A nucleic acid molecule selected from the group consisting of a) a nucleic acid molecule having one of the nucleotide sequence shown in SEQ ID: NO 4 to SEQ ID: NO 8, b) a nucleic acid molecule comprising a peptide having one of the amino acid sequences shown in SEQ ID: NO 12 to SEQ ID: C) a nucleic acid molecule whose complementary strand hybridizes to a nucleic acid molecule according to a) or b) and which encodes a peptide having antimicrobial activity, and d) a nucleic acid molecule whose nucleotide sequence depends on the nucleotide sequence of a nucleic acid molecule according to c) degenerate genetic code.

Vector, characterized by a nucleic acid molecule with the nucleotide sequence according to one of the preceding claims.

A host cell characterized by a nucleic acid molecule having the nucleotide sequence of claim 1.

Host cell characterized by the vector of claim 2.

5. Peptide having one of the amino acid sequence shown under SEQ ID: NO 12 to SEQ ID: NO 16.

6. A peptide according to claim 5, characterized in that the peptide is a cyclic, amidated, acetylated, sulfated, phosphorylated, glycosylated or oxidized derivative.

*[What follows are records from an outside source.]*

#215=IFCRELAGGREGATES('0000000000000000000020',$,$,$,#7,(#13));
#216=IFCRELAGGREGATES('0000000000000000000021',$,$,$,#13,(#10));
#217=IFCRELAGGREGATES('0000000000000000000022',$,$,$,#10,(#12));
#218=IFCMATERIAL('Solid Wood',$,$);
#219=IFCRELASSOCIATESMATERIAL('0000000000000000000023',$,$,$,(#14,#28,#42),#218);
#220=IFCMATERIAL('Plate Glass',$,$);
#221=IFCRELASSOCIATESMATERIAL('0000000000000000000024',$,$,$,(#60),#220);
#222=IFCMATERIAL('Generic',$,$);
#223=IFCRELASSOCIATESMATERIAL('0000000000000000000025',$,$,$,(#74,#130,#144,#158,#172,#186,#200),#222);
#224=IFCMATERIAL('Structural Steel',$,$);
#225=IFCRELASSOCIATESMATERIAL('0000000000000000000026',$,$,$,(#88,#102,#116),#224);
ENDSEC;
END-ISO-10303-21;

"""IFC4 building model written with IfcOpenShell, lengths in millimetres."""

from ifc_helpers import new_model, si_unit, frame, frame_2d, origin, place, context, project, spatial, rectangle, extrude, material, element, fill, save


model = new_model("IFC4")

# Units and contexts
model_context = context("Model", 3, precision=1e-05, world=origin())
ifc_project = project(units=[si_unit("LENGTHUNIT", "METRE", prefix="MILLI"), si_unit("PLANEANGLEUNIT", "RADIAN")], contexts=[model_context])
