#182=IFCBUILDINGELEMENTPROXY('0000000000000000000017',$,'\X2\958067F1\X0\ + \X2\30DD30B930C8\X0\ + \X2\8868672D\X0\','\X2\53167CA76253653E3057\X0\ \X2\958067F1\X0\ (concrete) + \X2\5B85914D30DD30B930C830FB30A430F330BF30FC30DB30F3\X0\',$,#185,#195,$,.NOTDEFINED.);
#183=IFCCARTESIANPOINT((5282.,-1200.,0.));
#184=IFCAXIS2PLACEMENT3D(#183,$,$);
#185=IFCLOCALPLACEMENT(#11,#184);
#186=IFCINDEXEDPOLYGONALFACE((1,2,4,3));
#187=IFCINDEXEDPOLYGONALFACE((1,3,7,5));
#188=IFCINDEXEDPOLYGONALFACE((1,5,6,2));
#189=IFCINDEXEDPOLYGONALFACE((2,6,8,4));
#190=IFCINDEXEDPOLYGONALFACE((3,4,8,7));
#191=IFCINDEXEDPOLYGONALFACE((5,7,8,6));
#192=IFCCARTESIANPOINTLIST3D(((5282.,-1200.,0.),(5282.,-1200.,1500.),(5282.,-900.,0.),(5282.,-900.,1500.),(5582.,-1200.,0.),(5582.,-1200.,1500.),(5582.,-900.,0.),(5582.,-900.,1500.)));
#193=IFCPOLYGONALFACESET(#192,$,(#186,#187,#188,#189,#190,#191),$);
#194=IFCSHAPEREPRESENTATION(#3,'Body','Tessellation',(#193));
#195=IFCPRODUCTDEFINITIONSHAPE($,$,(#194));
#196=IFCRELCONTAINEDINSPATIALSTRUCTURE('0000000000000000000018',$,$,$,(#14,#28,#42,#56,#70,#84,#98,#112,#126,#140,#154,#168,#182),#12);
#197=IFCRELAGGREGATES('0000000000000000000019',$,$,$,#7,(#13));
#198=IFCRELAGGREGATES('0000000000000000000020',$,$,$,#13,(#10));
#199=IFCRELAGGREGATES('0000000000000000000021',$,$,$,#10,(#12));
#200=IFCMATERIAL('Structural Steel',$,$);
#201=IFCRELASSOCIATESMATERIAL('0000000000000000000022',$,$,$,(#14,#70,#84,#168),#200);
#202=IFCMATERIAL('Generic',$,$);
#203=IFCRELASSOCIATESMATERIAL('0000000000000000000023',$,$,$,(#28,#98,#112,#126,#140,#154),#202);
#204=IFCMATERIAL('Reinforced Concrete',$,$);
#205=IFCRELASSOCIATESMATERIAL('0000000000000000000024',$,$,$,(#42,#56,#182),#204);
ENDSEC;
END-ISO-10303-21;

7. A peptide according to any one of claims 5 and 6, characterized in that <30% of the indicated amino acids are conservatively substituted by other amino acids.

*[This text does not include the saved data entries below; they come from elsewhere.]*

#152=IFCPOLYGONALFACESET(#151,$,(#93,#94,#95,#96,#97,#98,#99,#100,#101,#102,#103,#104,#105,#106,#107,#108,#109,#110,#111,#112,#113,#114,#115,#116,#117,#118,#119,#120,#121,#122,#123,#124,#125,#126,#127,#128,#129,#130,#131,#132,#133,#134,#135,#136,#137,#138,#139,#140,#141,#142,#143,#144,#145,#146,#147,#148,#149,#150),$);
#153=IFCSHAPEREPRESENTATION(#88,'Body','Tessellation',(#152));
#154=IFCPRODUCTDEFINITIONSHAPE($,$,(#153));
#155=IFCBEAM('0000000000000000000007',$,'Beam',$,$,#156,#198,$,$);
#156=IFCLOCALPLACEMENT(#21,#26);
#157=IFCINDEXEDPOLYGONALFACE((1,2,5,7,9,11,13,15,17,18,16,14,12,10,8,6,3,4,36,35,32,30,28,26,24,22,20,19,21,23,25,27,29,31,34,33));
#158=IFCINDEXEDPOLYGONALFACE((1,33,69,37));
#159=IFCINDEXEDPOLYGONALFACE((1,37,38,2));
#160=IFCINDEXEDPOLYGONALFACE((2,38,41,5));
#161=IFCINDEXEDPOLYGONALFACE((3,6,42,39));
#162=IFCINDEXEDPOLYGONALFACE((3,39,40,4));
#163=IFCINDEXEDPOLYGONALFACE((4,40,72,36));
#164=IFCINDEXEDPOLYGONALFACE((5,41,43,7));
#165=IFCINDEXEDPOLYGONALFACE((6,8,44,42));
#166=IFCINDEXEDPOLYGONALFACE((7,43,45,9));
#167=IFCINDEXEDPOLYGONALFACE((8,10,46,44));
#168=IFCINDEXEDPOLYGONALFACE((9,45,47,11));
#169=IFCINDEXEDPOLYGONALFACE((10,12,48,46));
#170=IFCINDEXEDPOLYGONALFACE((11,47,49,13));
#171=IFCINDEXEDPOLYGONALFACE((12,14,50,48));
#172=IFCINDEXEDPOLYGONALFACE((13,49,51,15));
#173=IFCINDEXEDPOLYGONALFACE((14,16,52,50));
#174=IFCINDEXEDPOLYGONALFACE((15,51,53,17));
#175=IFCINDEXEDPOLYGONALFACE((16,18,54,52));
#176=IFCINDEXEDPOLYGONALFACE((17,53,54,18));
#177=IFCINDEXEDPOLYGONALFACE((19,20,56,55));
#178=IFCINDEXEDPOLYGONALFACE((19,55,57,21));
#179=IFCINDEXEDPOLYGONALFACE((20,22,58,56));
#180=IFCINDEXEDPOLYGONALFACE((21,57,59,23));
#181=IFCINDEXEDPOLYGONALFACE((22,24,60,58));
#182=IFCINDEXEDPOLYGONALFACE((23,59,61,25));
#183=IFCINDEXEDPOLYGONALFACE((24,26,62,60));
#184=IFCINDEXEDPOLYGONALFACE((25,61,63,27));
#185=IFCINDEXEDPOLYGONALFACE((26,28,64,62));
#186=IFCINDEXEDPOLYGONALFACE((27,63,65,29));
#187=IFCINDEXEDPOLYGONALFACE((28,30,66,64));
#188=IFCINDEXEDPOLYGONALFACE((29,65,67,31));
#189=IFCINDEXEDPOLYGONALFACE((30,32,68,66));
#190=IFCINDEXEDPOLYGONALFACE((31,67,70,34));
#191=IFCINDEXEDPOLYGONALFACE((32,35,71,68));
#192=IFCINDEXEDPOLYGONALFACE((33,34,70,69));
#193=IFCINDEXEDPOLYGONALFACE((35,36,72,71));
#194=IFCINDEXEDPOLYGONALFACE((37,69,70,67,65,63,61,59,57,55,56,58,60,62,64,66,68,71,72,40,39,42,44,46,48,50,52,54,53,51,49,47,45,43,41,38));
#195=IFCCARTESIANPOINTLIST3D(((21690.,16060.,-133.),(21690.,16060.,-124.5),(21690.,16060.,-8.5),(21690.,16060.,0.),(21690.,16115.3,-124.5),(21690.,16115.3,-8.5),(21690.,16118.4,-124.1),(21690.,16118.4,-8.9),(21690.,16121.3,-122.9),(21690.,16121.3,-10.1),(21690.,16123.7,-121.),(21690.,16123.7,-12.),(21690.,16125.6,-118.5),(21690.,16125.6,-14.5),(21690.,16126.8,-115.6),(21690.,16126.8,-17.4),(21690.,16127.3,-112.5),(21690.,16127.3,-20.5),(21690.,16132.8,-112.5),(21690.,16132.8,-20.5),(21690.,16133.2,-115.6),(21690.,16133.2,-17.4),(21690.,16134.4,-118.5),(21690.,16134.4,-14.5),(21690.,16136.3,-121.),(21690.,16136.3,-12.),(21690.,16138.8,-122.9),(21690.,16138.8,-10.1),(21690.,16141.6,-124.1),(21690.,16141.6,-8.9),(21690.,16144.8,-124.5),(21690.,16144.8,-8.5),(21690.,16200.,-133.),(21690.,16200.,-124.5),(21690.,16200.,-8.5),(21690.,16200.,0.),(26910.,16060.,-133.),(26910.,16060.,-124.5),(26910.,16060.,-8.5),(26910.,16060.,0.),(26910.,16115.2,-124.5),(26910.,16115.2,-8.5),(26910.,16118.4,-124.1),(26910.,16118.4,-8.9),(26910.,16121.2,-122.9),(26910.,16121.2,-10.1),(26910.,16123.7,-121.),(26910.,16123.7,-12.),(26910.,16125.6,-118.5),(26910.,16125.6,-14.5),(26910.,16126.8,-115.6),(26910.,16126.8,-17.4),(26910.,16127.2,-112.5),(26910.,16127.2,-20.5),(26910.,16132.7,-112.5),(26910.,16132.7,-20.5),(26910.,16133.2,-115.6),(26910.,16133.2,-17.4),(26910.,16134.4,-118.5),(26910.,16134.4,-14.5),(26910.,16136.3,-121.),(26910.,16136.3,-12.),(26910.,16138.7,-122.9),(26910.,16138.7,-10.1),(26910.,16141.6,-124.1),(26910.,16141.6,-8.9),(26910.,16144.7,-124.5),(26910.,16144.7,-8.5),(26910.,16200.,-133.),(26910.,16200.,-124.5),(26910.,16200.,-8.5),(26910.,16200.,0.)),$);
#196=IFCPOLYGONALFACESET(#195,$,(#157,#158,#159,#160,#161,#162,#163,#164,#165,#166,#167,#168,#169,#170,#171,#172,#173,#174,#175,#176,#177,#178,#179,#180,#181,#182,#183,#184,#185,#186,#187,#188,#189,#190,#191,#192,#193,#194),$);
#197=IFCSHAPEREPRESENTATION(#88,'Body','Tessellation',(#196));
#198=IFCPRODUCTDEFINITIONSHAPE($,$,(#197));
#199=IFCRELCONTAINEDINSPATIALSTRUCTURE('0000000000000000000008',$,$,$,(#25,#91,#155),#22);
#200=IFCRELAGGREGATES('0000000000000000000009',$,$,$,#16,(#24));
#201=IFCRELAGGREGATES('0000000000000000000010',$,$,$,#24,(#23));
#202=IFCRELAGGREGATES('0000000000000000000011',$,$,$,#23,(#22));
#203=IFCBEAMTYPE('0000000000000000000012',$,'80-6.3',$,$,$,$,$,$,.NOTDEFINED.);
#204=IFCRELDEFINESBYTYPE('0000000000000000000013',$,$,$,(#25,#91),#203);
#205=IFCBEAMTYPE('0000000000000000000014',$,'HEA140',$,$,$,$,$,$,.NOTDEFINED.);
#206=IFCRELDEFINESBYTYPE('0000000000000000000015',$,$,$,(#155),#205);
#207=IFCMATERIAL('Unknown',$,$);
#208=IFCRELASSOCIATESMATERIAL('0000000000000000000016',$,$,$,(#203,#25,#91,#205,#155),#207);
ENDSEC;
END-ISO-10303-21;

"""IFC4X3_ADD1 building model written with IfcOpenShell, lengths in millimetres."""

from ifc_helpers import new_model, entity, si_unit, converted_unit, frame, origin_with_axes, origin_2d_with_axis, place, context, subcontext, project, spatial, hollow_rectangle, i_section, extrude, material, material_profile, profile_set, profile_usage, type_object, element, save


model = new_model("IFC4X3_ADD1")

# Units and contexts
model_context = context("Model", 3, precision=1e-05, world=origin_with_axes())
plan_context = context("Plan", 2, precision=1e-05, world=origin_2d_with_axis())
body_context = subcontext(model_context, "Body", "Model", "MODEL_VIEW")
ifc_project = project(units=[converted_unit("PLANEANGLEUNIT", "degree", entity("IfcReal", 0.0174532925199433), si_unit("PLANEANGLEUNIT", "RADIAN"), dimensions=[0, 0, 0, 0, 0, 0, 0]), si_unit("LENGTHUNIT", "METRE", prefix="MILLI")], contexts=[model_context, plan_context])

8. A peptide according to any one of claims 5 to 7, characterized in that <10% of the indicated amino acids are substituted with non-naturally occurring amino acids.

9. A peptide according to claim 8, characterized in that the non-naturally occurring amino acids are selected from the group consisting of hydroxyproline,

Methylthreonine or homocysteine.

10. Use of the peptide according to any one of claims 5 to 9 for the manufacture of a medicament for the treatment of microbial infections.

11. Use according to claim 10 for the treatment of infections with Gram-negative or Gram-positive bacteria.

12. Use of the peptide according to any one of claims 5 to 9 as a coating for a medical instrument, a catheter, a medical implant or a contact lens.